(Reuters) -The sale of two ports near the Panama Canal to a global consortium led by Mediterranean Shipping Company (MSC) threatens the canal’s principle of neutrality, the canal’s head Ricaurte Vasquez told the Financial Times.
“There is a potential risk of capacity concentration if the deal comes the way it is structured as we understand right now,” Vasquez told the FT in a report published on Tuesday.
“If there is a significant level of concentration on terminal operators belonging to an integrated or one single shipping company, it will be at the expense of Panama’s competitiveness in the market and inconsistent with neutrality.”
MSC is one of the world’s top container shipping groups.
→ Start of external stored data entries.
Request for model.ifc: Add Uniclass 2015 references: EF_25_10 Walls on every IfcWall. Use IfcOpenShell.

First a look at what the model holds.

```python
import ifcopenshell

model = ifcopenshell.open("model.ifc")
print(model.schema)
print("classifications:", [c.Name for c in model.by_type("IfcClassification")])
for ifc_class in ("IfcDoor", "IfcRoof", "IfcStair", "IfcWall", "IfcWindow"):
    print(ifc_class, len(model.by_type(ifc_class)))
```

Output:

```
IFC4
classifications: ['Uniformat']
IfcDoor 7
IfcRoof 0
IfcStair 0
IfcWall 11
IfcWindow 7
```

```python
import ifcopenshell
import ifcopenshell.api.classification

model = ifcopenshell.open("model.ifc")

system = ifcopenshell.api.classification.add_classification(model, classification="Uniclass 2015")

codes = {
    "IfcWall": ("EF_25_10", "Walls"),
}
for ifc_class, (code, name) in codes.items():
    products = model.by_type(ifc_class)
    ifcopenshell.api.classification.add_reference(
        model, products=products, classification=system, identification=code, name=name
    )
    print(code, len(products))

model.write("model-out.ifc")
```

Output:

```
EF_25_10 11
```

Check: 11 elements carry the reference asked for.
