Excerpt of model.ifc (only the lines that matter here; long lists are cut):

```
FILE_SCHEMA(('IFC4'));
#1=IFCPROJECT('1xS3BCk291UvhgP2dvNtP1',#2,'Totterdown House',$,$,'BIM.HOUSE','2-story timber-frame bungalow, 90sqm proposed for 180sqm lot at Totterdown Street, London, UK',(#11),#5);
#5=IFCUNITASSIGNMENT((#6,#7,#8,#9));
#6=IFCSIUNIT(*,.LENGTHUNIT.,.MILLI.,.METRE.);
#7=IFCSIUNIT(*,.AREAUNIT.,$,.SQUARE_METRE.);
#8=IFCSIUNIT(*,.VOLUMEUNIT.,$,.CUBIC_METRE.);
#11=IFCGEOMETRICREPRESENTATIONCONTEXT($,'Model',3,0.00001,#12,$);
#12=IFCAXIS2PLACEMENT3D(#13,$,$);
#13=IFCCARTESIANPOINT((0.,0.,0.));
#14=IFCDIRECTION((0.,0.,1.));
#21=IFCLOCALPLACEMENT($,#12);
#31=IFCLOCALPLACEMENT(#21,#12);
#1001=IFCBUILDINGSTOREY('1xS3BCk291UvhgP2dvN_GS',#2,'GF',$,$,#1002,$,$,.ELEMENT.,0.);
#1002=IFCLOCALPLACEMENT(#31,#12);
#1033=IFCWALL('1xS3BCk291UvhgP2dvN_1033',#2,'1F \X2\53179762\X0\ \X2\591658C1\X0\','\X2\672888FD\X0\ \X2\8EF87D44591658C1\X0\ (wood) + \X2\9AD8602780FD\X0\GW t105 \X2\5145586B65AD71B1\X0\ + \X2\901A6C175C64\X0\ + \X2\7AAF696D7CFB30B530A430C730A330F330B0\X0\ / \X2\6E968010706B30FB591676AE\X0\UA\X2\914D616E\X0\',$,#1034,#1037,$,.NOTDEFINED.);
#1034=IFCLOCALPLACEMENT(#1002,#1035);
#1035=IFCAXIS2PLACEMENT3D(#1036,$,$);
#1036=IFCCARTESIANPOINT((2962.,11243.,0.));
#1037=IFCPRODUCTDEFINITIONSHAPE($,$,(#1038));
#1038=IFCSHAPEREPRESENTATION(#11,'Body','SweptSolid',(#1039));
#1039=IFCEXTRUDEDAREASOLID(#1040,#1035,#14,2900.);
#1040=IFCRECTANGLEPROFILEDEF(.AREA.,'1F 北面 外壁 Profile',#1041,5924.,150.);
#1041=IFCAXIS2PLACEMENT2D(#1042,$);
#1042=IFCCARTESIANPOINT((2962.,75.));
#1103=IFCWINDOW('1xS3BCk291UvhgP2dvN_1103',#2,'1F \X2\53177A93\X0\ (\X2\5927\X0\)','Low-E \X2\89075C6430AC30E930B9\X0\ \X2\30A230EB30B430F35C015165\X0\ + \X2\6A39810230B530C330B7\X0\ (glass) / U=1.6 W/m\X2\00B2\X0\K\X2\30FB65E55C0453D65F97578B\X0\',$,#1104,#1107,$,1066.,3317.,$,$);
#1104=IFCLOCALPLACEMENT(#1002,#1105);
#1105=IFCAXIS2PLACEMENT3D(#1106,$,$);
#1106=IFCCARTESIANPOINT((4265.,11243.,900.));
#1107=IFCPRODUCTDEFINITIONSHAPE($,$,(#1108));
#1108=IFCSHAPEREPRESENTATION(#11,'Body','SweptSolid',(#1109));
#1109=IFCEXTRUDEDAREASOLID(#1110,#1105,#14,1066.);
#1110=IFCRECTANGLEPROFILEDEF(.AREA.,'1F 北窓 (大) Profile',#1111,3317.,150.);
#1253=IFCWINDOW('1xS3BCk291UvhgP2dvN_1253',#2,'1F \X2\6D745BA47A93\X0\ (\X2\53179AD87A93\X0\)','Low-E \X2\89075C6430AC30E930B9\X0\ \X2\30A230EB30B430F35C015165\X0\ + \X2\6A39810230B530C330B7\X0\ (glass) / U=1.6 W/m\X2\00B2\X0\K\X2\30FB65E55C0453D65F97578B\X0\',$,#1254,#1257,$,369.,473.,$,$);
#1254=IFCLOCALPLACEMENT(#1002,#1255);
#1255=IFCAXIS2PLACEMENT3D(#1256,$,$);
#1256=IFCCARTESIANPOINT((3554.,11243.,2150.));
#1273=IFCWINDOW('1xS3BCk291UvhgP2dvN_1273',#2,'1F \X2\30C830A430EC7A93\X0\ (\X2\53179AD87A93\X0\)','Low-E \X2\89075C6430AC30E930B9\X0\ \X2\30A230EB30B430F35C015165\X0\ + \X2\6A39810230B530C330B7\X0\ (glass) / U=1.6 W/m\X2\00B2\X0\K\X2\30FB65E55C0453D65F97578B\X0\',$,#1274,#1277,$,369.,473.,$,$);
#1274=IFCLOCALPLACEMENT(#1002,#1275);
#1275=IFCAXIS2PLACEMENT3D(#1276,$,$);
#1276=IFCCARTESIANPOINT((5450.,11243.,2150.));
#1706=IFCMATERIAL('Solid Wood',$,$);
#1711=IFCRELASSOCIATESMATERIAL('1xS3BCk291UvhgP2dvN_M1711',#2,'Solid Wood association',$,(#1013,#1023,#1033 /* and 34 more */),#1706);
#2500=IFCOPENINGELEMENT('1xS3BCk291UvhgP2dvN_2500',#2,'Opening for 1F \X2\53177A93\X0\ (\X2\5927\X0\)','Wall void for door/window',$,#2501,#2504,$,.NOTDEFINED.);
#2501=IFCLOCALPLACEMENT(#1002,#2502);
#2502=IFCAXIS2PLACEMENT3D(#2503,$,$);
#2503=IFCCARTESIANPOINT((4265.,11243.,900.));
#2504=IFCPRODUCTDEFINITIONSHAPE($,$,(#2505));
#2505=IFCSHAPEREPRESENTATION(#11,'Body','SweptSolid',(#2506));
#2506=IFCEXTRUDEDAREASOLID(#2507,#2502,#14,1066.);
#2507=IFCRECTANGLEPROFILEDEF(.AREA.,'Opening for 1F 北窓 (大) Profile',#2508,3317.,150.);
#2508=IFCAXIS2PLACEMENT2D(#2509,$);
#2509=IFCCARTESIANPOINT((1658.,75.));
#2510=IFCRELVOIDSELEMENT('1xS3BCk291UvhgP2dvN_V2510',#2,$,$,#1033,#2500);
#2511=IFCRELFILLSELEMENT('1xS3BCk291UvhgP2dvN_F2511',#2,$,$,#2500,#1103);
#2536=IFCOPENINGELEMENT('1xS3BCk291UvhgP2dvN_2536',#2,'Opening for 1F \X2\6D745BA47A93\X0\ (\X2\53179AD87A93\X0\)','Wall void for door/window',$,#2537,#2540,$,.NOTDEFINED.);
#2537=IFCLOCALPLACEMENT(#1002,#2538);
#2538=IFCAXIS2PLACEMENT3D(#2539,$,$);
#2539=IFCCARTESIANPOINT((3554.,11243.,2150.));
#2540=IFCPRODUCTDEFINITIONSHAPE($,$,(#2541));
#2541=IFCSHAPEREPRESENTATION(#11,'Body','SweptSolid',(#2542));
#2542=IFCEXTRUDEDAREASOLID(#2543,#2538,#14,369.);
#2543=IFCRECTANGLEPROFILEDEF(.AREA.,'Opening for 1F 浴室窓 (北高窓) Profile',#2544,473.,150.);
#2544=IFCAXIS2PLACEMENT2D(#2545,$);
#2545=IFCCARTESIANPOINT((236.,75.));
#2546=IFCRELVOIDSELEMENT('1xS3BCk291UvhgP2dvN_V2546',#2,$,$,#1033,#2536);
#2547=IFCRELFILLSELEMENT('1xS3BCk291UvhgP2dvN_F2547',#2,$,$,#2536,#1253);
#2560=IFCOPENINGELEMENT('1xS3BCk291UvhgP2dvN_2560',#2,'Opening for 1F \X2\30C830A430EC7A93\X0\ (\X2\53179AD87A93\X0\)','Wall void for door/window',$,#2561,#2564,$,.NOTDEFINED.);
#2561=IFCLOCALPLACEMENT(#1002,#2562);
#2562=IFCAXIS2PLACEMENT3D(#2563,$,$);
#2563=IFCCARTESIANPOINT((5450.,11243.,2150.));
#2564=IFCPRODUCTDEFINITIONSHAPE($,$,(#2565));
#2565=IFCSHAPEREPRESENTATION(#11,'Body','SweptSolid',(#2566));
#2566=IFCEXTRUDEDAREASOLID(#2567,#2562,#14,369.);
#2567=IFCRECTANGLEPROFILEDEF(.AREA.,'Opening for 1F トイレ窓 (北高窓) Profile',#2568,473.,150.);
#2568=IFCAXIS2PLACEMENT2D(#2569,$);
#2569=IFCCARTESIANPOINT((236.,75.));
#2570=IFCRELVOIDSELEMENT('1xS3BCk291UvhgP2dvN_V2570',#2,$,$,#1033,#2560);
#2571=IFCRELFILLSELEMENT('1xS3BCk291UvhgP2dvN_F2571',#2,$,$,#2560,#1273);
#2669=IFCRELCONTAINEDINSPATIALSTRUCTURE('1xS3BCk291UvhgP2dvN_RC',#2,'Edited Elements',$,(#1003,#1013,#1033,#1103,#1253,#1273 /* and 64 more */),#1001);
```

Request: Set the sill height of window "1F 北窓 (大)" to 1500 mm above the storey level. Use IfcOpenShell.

```python
import numpy as np
import ifcopenshell
import ifcopenshell.api.geometry
import ifcopenshell.geom
import ifcopenshell.util.element
import ifcopenshell.util.placement
import ifcopenshell.util.shape
import ifcopenshell.util.unit

model = ifcopenshell.open("model.ifc")
unit_scale = ifcopenshell.util.unit.calculate_unit_scale(model)

window = model.by_guid("1xS3BCk291UvhgP2dvN_1103")
opening = window.FillsVoids[0].RelatingOpeningElement
storey = ifcopenshell.util.element.get_container(window, ifc_class="IfcBuildingStorey")
level = ifcopenshell.util.placement.get_local_placement(storey.ObjectPlacement)[2, 3]

# The opening's origin need not be at the sill, so measure its lowest point.
shape = ifcopenshell.geom.create_shape(ifcopenshell.geom.settings(), opening)
bottom = ifcopenshell.util.shape.get_shape_bottom_elevation(shape, shape.geometry) / unit_scale
dz = level + 1500.0 - bottom

shift = np.array([0.0, 0.0, dz])
# The window is not placed relative to its opening, so move both.
for product in (opening, window):
    matrix = ifcopenshell.util.placement.get_local_placement(product.ObjectPlacement)
    matrix[:3, 3] += shift
    ifcopenshell.api.geometry.edit_object_placement(model, product=product, matrix=matrix, is_si=False)

print(f"moved by {dz * unit_scale:+.3f} m")

model.write("model_updated.ifc")
```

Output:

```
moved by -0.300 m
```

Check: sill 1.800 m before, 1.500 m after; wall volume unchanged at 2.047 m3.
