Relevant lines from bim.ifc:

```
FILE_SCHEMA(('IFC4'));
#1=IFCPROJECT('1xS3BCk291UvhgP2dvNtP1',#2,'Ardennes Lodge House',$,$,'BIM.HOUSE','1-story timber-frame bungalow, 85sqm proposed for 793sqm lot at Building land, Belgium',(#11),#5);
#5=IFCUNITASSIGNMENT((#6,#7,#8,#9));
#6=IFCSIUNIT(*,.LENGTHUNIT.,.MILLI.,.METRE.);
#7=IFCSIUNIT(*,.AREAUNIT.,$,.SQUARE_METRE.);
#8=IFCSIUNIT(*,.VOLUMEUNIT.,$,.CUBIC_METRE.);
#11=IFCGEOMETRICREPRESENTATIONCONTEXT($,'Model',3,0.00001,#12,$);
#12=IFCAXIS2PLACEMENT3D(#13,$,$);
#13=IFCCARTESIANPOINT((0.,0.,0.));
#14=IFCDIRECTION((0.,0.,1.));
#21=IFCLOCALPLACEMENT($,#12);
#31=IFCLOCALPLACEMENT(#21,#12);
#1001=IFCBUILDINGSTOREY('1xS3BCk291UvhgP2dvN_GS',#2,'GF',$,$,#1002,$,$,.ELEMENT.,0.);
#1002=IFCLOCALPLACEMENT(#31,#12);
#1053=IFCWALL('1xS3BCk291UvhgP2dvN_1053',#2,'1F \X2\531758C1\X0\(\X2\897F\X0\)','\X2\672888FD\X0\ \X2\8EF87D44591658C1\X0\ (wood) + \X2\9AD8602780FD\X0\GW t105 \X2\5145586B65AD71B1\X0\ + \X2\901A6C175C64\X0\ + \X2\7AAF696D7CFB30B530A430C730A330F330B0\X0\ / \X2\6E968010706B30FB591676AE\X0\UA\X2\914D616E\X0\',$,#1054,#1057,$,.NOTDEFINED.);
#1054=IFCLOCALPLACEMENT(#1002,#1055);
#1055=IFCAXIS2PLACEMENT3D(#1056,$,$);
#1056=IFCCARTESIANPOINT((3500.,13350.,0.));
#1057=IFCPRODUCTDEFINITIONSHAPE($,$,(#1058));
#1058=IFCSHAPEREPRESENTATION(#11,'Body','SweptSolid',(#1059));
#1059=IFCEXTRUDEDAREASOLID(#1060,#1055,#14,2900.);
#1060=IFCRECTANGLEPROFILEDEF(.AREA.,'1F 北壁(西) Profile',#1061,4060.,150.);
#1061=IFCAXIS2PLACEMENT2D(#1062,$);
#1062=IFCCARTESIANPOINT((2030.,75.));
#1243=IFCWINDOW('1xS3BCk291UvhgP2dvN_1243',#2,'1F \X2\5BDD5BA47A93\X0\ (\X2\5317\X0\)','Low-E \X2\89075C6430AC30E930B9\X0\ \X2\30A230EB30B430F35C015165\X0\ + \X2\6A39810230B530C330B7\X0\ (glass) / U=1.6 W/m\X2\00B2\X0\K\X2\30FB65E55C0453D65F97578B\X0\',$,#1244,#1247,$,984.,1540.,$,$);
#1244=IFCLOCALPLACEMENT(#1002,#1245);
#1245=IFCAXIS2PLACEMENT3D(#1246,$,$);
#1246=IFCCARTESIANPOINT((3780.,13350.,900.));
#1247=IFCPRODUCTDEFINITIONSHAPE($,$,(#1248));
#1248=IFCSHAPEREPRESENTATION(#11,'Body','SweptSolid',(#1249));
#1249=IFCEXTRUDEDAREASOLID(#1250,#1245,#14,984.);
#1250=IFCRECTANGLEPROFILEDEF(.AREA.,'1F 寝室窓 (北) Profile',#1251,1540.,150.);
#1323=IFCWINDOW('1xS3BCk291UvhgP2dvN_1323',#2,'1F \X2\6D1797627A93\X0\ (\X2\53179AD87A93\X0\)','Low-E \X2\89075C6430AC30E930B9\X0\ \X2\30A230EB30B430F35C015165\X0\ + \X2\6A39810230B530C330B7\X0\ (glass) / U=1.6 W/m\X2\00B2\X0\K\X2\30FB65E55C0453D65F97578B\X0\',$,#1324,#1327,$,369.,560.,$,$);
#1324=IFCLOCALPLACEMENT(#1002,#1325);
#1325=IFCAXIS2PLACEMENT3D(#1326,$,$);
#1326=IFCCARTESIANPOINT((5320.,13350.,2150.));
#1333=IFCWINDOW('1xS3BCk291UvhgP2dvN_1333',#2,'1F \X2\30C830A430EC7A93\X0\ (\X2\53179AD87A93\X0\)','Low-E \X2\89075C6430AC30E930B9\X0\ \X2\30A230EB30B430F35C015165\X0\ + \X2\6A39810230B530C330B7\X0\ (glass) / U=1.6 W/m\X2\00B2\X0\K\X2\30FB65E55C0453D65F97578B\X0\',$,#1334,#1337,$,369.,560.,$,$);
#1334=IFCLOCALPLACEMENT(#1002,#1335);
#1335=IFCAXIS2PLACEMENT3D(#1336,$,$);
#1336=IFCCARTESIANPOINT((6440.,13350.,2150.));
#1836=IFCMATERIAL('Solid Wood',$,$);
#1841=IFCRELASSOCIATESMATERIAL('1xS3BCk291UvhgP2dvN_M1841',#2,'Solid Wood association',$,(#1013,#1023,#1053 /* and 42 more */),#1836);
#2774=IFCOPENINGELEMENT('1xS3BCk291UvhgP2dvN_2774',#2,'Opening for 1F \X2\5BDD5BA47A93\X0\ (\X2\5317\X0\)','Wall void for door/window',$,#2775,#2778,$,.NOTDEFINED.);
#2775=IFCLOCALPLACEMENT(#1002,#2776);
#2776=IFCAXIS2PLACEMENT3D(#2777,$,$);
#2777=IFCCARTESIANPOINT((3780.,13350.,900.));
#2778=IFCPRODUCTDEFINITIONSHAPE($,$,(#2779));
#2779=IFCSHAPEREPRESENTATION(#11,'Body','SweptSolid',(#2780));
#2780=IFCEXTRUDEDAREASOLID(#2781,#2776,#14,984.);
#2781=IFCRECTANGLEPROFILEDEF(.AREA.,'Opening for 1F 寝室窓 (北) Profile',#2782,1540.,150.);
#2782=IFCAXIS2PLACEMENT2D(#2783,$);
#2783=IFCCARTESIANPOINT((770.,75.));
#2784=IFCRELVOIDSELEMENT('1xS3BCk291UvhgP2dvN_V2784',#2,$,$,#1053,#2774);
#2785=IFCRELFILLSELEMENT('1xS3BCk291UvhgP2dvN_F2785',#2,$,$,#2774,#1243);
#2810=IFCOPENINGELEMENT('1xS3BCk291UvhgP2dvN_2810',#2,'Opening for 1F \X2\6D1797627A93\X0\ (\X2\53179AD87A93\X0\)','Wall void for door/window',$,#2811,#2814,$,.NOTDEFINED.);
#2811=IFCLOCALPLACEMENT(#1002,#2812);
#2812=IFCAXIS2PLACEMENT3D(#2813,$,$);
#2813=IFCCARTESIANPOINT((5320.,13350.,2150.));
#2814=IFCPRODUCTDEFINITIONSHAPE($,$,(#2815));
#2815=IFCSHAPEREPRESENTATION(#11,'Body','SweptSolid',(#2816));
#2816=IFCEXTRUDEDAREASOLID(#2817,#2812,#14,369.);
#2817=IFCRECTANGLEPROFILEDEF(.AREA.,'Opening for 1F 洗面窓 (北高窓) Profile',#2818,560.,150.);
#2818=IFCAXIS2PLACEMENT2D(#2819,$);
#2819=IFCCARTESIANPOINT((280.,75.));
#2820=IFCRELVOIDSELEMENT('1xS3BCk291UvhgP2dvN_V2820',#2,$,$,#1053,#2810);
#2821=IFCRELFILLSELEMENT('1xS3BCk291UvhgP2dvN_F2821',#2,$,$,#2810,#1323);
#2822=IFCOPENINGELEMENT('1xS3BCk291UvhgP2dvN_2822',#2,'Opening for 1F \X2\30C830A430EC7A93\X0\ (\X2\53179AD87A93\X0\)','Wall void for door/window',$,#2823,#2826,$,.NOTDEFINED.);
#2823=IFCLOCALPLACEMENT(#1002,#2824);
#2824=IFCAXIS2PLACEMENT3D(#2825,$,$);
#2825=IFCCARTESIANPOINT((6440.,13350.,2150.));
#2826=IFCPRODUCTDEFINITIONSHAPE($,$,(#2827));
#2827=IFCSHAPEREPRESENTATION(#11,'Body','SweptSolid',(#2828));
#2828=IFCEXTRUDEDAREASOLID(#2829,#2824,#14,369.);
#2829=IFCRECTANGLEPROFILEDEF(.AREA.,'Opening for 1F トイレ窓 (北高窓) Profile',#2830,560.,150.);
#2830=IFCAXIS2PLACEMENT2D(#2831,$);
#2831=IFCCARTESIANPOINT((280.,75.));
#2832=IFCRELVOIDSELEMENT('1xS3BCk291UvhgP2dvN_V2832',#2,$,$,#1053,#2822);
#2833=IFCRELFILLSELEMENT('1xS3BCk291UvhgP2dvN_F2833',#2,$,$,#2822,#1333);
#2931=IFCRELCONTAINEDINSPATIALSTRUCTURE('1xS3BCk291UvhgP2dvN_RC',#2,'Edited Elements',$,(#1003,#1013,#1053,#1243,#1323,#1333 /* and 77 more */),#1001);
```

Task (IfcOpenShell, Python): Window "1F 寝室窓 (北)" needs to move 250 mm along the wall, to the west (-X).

```python
import ifcopenshell
import ifcopenshell.api.geometry
import ifcopenshell.util.placement
import ifcopenshell.util.unit

model = ifcopenshell.open("bim.ifc")
unit_scale = ifcopenshell.util.unit.calculate_unit_scale(model)

window = model.by_guid("1xS3BCk291UvhgP2dvN_1243")
opening = window.FillsVoids[0].RelatingOpeningElement
wall = opening.VoidsElements[0].RelatingBuildingElement

wall_matrix = ifcopenshell.util.placement.get_local_placement(wall.ObjectPlacement)
shift = wall_matrix[:3, 0] * -0.25 / unit_scale
before = ifcopenshell.util.placement.get_local_placement(window.ObjectPlacement)[:3, 3].copy()

# The window is not placed relative to its opening, so move both.
for product in (opening, window):
    matrix = ifcopenshell.util.placement.get_local_placement(product.ObjectPlacement)
    matrix[:3, 3] += shift
    ifcopenshell.api.geometry.edit_object_placement(model, product=product, matrix=matrix, is_si=False)

after = ifcopenshell.util.placement.get_local_placement(window.ObjectPlacement)[:3, 3]
print("window moved by", (after - before).round(3) + 0.0)

model.write("bim-out.ifc")
```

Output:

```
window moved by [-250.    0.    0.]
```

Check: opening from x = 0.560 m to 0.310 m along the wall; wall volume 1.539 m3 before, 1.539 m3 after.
MSC and the Panama Canal Authority did not immediately respond to a Reuters request for comment.
CK Hutchison confirmed last month that MSC, run by the family of Italian billionaire Gianluigi Aponte, was the main investor in a group seeking to buy 43 ports, including the two ports in Panama, for $22.8 billion.
The clarification follows weeks of scrutiny and criticism in China over CK Hutchison’s plan to sell the ports to a consortium, which was previously led by U.S. investment firm BlackRock. BlackRock remains part of the group.
The proposed sale has also drawn the attention of U.S. President Donald Trump, who has repeatedly expressed his desire to reduce Chinese influence around the Panama Canal and termed the deal a “reclaiming” of the waterway after it was first announced.
In April, China’s top market regulator said it was paying close attention to CK Hutchison’s planned sale and that parties to the deal should not try to avoid an antitrust review.
Vasquez added that the canal should use the ports deal as an opportunity to become a terminal operator itself by reactivating a project to build a terminal in the Port of Corozal at the Pacific end of the canal, according to the FT.